What I mean is this: if you suspect you have a memory leak, calling Dispose() is not going to fix it if the original developer has done a lousy job and not correctly freed up unmanaged resources. For a bit more info, check this blog post. Take note of the statement The behaviour of Dispose is defined by the developer.
Some objects will ask one or more other entities to do something on its behalf until further notice, to the detriment of other entities. If an object which did so were to disappear without informing the former entities that their services were no longer needed, those entities would continue to uselessly act on behalf of an object that no longer needed them, to the continuing detriment of other entities that would want to use them.
In many cases, for an object "George" to tell an outside entity "Joe" that its services were no longer needed, George would have to know that its services were no longer needed. There are two normal means via which that can happen in .NET, finalization and IDIsposable.
If an object overrides a method called Finalize, then when the object is created the .NET garbage collector will add it to a list of objects with registered finalizers. If the GC discovers that there exists no rooted reference to the object other than that list, the GC will remove the object from that list and add it to a strongly-rooted queue of objects which should have their Finalize method called as soon as possible. Such an object can then use its Finalize method to inform other entities that their services are no longer required.
Although finalization-based cleanup can sometimes work, there's no guarantee of timeliness. At one point during the design of .net Microsoft may have intended that finalization would be the primary cleanup method, but for a variety of reasons it cannot safely be relied upon.
The other cleanup approach, which should be the focus of one's efforts, is IDisposable. Basically, the idea behind IDisposable is simple: for every object that implements IDisposable, there should be one entity (generally either an object or a nested execution scope) which is responsible for ensuring that that object's IDisposable.Dispose method will get called sometime within the lifetime of the universe (which would imply sometime while a reference to the object still exists), and preferably as soon as code can tell that the object's services will no longer be required.

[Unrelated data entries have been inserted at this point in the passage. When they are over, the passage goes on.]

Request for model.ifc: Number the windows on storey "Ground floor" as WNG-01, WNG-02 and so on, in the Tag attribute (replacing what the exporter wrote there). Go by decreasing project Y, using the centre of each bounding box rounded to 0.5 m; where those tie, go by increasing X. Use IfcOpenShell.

First a look at what the model holds.

```python
import ifcopenshell
import ifcopenshell.util.element
import ifcopenshell.util.placement

model = ifcopenshell.open("model.ifc")
print(model.schema)
storey = next(s for s in model.by_type("IfcBuildingStorey") if s.Name == "Ground floor")
windows = [e for e in ifcopenshell.util.element.get_decomposition(storey) if e.is_a("IfcWindow")]
for e in sorted(windows, key=lambda e: e.id()):
    origin = ifcopenshell.util.placement.get_local_placement(e.ObjectPlacement)[:3, 3]
    print(e.id(), e.Tag, e.Name, origin.round(2) + 0.0, sep=" | ")
```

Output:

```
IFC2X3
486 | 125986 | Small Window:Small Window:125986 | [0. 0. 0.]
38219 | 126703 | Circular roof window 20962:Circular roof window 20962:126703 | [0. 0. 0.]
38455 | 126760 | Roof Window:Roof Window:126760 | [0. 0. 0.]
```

```python
import ifcopenshell
import ifcopenshell.geom
import ifcopenshell.util.element
import ifcopenshell.util.shape

model = ifcopenshell.open("model.ifc")
settings = ifcopenshell.geom.settings()
settings.set("use-world-coords", True)


def centre(element):
    shape = ifcopenshell.geom.create_shape(settings, element)
    return ifcopenshell.util.shape.get_bbox_centroid(shape.geometry)


storey = next(s for s in model.by_type("IfcBuildingStorey") if s.Name == "Ground floor")
windows = [e for e in ifcopenshell.util.element.get_decomposition(storey) if e.is_a("IfcWindow")]

# Insertion points can sit at a corner or the storey origin, so sort by the geometry (in metres).
centres = {e: centre(e) for e in windows}
windows.sort(key=lambda e: (-round(centres[e][1] / 0.5), centres[e][0]))

for i, e in enumerate(windows, start=1):
    number = f"WNG-{i:02d}"
    e.Tag = number
    print(e.id(), number)

model.write("model_edited.ifc")
```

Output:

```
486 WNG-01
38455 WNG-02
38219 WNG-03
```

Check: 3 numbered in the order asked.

Note that IDisposable.Dispose generally promises that any outside entities which had been asked to do something on an object's behalf will be told that they no longer need to do so, but such a promise does not imply that the number of entities is non-zero. If an object hasn't asked any outside entities to do anything on its behalf, then delivering a message "all" such entities doesn't require doing anything at all. On the other hand, the fact that a Dispose method may do nothing in some cases doesn't mean that it's guaranteed never to do anything in any case, nor that failure to call it in those cases where it would do something won't have detrimental effects.